In answer to the OP's 2 questions: Yes and yes. 400 is far too much for a Ram, those I've seen are low watt and very simple. I had a little 2 x 6" cab with a small amp from Ram at one time. Amp was not worth fixing. It used 2 strange little power tubes that sounded vaguely el84ish. I still use the cab.

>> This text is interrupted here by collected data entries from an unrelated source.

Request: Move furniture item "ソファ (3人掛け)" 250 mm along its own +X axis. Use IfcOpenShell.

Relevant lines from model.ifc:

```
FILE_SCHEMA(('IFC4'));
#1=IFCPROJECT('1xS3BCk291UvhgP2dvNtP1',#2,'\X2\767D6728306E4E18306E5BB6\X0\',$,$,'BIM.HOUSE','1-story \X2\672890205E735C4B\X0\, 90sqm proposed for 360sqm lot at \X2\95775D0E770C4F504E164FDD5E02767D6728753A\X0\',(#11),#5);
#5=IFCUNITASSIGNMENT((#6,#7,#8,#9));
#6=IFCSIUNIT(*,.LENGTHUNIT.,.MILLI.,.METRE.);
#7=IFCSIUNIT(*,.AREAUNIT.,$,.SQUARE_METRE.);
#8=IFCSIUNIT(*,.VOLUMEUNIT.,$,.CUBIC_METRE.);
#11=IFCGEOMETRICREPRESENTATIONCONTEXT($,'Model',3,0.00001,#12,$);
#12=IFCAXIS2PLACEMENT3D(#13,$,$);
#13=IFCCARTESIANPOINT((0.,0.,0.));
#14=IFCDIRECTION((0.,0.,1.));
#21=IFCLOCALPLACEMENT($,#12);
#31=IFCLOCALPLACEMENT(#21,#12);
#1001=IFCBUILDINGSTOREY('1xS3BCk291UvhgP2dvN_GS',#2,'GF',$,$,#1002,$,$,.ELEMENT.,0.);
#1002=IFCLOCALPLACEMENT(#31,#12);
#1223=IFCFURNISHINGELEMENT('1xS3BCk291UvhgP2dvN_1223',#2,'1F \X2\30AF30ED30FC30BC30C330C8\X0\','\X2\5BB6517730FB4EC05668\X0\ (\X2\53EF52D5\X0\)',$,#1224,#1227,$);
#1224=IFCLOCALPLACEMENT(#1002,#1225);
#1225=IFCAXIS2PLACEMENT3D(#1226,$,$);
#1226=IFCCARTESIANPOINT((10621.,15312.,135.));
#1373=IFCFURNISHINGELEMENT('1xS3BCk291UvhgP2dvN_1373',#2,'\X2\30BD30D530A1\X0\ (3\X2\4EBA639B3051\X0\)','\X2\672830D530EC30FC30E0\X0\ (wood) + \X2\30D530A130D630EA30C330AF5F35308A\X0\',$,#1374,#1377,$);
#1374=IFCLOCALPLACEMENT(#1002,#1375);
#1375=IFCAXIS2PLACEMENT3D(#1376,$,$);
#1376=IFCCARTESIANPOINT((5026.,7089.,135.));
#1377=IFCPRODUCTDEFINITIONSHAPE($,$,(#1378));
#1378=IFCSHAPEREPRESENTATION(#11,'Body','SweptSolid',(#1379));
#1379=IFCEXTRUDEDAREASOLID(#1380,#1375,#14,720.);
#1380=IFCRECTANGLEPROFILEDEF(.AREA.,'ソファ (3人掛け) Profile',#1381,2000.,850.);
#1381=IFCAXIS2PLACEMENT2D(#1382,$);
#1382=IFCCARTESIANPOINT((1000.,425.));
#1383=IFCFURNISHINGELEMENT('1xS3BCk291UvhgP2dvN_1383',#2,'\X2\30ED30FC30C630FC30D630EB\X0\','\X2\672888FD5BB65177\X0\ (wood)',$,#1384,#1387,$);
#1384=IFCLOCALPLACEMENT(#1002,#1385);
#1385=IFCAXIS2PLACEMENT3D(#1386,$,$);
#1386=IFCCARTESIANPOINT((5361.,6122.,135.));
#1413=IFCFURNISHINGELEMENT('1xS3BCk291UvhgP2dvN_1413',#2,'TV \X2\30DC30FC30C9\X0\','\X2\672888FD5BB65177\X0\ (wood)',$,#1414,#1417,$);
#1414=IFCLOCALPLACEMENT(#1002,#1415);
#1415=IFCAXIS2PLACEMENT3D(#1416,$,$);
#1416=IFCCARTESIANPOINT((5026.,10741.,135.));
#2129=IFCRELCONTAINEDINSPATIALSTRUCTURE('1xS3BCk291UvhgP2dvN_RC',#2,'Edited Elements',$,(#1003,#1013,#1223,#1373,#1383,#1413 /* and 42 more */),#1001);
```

```python
import ifcopenshell
import ifcopenshell.api.geometry
import ifcopenshell.util.placement
import ifcopenshell.util.unit

model = ifcopenshell.open("model.ifc")
unit_scale = ifcopenshell.util.unit.calculate_unit_scale(model)

item = model.by_guid("1xS3BCk291UvhgP2dvN_1373")
matrix = ifcopenshell.util.placement.get_local_placement(item.ObjectPlacement)
matrix[:3, 3] += matrix[:3, 0] * 0.25 / unit_scale
ifcopenshell.api.geometry.edit_object_placement(model, product=item, matrix=matrix, is_si=False)

print(ifcopenshell.util.placement.get_local_placement(item.ObjectPlacement).round(3) + 0.0)

model.write("model_v2.ifc")
```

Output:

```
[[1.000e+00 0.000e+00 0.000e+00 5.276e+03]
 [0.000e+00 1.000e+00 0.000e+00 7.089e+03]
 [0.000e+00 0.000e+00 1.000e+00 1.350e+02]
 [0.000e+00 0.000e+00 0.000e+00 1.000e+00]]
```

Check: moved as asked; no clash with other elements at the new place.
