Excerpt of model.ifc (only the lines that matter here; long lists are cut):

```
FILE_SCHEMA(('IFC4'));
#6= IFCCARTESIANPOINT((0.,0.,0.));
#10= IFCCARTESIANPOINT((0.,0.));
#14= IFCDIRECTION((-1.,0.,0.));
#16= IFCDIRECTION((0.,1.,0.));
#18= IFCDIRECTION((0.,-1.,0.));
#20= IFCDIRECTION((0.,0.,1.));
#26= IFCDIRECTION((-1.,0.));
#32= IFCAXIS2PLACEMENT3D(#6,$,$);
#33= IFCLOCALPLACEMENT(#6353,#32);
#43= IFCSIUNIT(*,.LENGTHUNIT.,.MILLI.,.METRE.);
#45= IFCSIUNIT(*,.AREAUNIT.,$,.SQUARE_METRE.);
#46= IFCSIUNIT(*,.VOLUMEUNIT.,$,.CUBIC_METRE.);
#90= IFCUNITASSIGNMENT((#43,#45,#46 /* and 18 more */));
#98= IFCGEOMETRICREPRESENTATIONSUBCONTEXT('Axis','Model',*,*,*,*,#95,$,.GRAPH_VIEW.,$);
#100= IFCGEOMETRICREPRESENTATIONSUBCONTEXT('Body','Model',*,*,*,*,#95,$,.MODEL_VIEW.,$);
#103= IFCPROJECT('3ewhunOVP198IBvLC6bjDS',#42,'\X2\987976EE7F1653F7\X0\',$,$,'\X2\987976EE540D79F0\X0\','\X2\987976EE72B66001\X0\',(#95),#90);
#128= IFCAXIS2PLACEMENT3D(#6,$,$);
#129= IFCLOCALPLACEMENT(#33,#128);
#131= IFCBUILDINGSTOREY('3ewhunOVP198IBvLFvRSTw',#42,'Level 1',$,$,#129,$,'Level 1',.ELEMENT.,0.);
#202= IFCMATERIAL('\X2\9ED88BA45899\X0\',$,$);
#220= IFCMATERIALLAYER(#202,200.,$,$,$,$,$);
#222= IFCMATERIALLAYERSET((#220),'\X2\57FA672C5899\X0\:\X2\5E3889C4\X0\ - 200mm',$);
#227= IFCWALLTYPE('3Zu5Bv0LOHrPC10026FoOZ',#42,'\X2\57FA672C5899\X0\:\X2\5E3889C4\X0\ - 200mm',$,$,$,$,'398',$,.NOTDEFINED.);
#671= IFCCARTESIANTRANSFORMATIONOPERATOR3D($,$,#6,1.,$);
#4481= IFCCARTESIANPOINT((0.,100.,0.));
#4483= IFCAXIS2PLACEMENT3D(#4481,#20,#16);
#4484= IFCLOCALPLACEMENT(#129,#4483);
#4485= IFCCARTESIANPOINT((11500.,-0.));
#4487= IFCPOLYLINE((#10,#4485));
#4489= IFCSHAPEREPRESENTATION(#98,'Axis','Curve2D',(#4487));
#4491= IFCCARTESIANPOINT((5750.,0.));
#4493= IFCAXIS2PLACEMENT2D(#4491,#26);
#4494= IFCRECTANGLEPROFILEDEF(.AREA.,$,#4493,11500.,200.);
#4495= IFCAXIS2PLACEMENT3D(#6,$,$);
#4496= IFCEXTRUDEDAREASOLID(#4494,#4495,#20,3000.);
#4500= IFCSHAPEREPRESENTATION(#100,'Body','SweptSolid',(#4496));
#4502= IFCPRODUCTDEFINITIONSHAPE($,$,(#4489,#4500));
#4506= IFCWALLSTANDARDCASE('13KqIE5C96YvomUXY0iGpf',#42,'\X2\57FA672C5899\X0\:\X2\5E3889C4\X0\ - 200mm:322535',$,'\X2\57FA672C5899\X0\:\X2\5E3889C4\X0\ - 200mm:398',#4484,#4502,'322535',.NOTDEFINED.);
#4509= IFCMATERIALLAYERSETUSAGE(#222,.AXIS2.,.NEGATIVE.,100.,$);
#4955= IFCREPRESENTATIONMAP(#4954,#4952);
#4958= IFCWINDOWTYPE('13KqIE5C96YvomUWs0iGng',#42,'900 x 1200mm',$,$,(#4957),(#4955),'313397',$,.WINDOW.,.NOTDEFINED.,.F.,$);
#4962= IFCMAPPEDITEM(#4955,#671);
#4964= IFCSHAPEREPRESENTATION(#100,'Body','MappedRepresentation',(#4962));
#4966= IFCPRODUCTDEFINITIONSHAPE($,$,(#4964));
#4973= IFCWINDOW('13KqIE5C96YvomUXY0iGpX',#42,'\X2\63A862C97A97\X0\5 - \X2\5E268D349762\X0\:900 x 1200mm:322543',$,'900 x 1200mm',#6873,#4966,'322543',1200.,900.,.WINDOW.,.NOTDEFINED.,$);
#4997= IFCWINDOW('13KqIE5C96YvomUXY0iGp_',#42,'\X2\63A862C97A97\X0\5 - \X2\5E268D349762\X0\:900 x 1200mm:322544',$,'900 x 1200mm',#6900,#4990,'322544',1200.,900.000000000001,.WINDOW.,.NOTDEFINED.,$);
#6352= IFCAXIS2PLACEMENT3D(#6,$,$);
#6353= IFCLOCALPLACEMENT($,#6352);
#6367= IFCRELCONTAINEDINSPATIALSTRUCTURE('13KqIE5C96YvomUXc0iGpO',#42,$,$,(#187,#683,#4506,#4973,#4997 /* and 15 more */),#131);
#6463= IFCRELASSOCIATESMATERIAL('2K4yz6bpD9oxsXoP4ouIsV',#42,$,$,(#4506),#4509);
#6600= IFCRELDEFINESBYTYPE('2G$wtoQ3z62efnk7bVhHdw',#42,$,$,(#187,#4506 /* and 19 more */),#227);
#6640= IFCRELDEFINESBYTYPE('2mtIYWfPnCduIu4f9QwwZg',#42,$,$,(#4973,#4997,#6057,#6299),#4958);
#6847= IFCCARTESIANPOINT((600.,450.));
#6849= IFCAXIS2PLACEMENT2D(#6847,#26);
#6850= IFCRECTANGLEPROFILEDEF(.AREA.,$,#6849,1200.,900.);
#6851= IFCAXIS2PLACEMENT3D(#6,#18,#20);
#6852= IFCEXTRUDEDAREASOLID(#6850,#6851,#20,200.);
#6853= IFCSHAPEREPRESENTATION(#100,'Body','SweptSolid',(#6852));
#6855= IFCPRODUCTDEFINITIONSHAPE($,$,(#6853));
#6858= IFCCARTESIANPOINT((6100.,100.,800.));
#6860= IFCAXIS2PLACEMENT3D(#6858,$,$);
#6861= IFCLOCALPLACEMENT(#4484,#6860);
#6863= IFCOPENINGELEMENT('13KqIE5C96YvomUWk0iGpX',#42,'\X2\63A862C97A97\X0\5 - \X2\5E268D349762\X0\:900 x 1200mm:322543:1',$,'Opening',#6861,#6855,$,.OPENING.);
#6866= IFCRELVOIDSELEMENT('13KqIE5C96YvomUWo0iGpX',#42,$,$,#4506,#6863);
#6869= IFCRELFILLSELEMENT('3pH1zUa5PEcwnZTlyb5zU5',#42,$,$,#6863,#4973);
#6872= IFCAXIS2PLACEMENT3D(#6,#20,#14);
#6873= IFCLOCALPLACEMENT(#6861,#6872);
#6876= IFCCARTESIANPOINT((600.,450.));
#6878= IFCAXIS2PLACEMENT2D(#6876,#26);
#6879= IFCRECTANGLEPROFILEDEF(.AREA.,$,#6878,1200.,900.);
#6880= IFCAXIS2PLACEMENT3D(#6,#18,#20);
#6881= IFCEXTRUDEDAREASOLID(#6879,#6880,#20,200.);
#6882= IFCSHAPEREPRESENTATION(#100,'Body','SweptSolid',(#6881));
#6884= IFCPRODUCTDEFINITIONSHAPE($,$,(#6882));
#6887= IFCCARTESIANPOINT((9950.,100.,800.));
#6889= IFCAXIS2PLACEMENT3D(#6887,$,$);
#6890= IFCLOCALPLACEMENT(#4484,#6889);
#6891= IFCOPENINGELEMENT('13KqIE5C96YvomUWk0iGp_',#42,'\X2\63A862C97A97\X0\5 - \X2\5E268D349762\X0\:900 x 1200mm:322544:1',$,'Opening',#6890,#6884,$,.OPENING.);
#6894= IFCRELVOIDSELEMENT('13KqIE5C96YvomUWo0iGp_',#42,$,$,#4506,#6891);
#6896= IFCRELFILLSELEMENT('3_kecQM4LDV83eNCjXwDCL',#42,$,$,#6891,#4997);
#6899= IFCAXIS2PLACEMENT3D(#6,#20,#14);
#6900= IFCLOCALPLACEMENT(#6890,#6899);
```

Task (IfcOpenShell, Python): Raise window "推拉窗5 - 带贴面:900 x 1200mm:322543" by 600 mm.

```python
import numpy as np
import ifcopenshell
import ifcopenshell.api.geometry
import ifcopenshell.util.placement
import ifcopenshell.util.unit

model = ifcopenshell.open("model.ifc")
unit_scale = ifcopenshell.util.unit.calculate_unit_scale(model)

window = model.by_guid("13KqIE5C96YvomUXY0iGpX")
opening = window.FillsVoids[0].RelatingOpeningElement
dz = 0.6 / unit_scale

shift = np.array([0.0, 0.0, dz])
# The window is placed relative to its opening, so it follows when the opening moves.
matrix = ifcopenshell.util.placement.get_local_placement(opening.ObjectPlacement)
matrix[:3, 3] += shift
ifcopenshell.api.geometry.edit_object_placement(
    model, product=opening, matrix=matrix, is_si=False, should_transform_children=True
)

print(f"moved by {dz * unit_scale:+.3f} m")

model.write("model-out.ifc")
```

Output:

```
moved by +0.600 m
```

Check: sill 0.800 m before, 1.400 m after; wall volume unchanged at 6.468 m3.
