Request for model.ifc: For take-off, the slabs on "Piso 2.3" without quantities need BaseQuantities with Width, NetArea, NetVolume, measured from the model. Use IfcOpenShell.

First a look at what the model holds.

```python
import ifcopenshell
import ifcopenshell.util.element
import ifcopenshell.util.unit

model = ifcopenshell.open("model.ifc")
print(model.schema)
for unit_type in ("LENGTHUNIT", "AREAUNIT", "VOLUMEUNIT"):
    print(unit_type, ifcopenshell.util.unit.calculate_unit_scale(model, unit_type))
storey = next(s for s in model.by_type("IfcBuildingStorey") if s.Name == "Piso 2.3")
slabs = [e for e in ifcopenshell.util.element.get_decomposition(storey) if e.is_a("IfcSlab")]
for e in sorted(slabs, key=lambda e: e.id()):
    print(e.id(), e.is_a(), e.Name, list(ifcopenshell.util.element.get_psets(e, qtos_only=True)), sep=" | ")
```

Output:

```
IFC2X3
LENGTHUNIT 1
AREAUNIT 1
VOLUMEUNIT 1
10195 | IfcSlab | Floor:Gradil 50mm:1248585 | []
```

```python
import ifcopenshell
import ifcopenshell.api.pset
import ifcopenshell.geom
import ifcopenshell.util.element
import ifcopenshell.util.shape
import ifcopenshell.util.unit

model = ifcopenshell.open("model.ifc")
unit_scale = ifcopenshell.util.unit.calculate_unit_scale(model)
area_scale = ifcopenshell.util.unit.calculate_unit_scale(model, "AREAUNIT")
volume_scale = ifcopenshell.util.unit.calculate_unit_scale(model, "VOLUMEUNIT")
settings = ifcopenshell.geom.settings()

storey = next(s for s in model.by_type("IfcBuildingStorey") if s.Name == "Piso 2.3")
slabs = [e for e in ifcopenshell.util.element.get_decomposition(storey) if e.is_a("IfcSlab")]

for e in sorted(slabs, key=lambda e: e.id()):
    if ifcopenshell.util.element.get_psets(e, qtos_only=True, should_inherit=False):
        continue
    # Geometry comes back in metres, in the element's own axes.
    shape = ifcopenshell.geom.create_shape(settings, e)
    values = {
        "Width": ifcopenshell.util.shape.get_z(shape.geometry) / unit_scale,
        "NetArea": ifcopenshell.util.shape.get_footprint_area(shape.geometry) / area_scale,
        "NetVolume": ifcopenshell.util.shape.get_volume(shape.geometry) / volume_scale,
    }
    qto = ifcopenshell.api.pset.add_qto(model, product=e, name="BaseQuantities")
    ifcopenshell.api.pset.edit_qto(model, qto=qto, properties=values)
    print(e.id(), {k: round(v, 3) for k, v in values.items()})

model.write("model_updated.ifc")
```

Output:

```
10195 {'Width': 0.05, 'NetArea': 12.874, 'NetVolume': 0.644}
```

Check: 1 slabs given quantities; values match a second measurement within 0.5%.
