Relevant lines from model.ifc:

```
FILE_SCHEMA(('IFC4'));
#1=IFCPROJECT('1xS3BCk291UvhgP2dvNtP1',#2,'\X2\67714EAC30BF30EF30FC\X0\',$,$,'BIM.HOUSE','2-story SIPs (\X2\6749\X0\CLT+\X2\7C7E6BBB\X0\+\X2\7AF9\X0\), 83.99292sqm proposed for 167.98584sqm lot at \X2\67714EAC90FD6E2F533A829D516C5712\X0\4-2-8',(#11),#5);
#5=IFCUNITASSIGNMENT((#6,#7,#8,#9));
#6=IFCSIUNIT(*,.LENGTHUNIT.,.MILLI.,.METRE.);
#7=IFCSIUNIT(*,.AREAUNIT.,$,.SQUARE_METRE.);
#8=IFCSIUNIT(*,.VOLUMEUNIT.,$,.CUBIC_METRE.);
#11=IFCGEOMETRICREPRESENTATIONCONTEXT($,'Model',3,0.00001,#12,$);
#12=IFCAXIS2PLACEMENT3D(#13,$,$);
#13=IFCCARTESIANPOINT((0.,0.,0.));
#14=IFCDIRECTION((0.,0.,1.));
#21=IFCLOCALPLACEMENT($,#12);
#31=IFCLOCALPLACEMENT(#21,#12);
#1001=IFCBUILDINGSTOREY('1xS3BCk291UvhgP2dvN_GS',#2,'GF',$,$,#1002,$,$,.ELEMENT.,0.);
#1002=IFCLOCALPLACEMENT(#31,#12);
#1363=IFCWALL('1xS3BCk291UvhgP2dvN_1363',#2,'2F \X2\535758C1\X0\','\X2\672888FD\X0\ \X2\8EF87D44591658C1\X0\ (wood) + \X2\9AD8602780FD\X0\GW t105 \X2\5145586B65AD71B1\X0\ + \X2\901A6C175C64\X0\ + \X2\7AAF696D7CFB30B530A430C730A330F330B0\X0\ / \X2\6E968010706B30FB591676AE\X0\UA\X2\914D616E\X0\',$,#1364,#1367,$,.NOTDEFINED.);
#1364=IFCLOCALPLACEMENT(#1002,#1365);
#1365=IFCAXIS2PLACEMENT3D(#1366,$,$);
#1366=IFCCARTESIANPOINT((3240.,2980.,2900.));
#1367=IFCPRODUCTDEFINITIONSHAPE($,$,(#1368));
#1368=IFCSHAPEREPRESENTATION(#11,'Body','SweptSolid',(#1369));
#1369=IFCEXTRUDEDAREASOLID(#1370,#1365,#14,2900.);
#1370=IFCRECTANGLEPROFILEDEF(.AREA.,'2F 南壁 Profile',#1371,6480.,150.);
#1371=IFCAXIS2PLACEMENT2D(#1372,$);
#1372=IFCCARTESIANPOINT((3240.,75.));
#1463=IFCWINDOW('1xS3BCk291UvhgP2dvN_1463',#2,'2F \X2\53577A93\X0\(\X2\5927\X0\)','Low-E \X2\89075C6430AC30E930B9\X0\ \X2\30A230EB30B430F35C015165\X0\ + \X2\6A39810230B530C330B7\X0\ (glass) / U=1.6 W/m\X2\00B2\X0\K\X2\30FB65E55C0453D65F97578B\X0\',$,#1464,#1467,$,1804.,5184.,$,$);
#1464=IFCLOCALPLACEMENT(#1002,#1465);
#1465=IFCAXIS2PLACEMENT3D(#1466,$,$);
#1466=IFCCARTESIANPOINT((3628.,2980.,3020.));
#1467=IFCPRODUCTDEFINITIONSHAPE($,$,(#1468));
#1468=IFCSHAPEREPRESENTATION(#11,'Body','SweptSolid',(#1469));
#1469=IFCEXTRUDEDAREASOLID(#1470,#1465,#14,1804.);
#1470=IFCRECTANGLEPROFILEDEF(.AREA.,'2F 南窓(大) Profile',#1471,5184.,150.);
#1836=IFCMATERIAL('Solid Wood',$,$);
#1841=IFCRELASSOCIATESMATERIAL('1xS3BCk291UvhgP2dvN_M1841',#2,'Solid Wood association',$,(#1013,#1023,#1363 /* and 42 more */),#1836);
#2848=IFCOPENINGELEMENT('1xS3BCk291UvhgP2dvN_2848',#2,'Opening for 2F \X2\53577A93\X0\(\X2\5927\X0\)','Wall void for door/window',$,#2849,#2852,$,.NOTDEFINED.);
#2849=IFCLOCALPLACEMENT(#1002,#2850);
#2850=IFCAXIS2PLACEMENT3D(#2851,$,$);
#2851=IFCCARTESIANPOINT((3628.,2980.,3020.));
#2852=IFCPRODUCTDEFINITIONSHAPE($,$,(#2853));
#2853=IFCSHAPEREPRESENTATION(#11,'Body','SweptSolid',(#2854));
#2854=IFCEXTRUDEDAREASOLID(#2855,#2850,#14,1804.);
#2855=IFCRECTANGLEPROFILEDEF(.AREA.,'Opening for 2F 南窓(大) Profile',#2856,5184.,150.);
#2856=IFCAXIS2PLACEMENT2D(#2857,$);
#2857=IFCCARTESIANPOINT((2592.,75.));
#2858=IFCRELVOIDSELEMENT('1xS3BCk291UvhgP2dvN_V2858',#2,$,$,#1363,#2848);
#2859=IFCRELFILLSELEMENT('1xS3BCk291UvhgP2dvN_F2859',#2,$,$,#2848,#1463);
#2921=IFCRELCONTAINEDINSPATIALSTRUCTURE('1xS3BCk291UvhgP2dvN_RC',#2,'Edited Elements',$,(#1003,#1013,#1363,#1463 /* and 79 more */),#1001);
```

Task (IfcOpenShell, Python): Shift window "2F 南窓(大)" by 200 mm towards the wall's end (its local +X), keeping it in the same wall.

```python
import ifcopenshell
import ifcopenshell.api.geometry
import ifcopenshell.util.placement
import ifcopenshell.util.unit

model = ifcopenshell.open("model.ifc")
unit_scale = ifcopenshell.util.unit.calculate_unit_scale(model)

window = model.by_id(1463)
opening = window.FillsVoids[0].RelatingOpeningElement
wall = opening.VoidsElements[0].RelatingBuildingElement

wall_matrix = ifcopenshell.util.placement.get_local_placement(wall.ObjectPlacement)
shift = wall_matrix[:3, 0] * 0.2 / unit_scale
before = ifcopenshell.util.placement.get_local_placement(window.ObjectPlacement)[:3, 3].copy()

# The window is not placed relative to its opening, so move both.
for product in (opening, window):
    matrix = ifcopenshell.util.placement.get_local_placement(product.ObjectPlacement)
    matrix[:3, 3] += shift
    ifcopenshell.api.geometry.edit_object_placement(model, product=product, matrix=matrix, is_si=False)

after = ifcopenshell.util.placement.get_local_placement(window.ObjectPlacement)[:3, 3]
print("window moved by", (after - before).round(3) + 0.0)

model.write("model_updated.ifc")
```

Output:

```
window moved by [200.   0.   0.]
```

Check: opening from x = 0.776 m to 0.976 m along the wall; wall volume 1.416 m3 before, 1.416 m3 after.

here's a shot of my old ram amp.

http://i279.photobucket.com/albums/kk123/mrmatt1972/RAMguts.jpg

http://i279.photobucket.com/albums/kk123/mrmatt1972/bothamps.jpg


----------



## mred (Aug 24, 2008)

*Ram*

its got silver tolex & what looks like 2&12 speakers


----------



## traynor_garnet (Feb 22, 2006)

mred said:


> its got silver tolex & what looks like 2&12 speakers


Some of the stencil amps were identical to Garnet's main models. Others, like the one pictured above, were much cheaper and have no Garnet labeled counterpart (the one pictured is a transformerless amp).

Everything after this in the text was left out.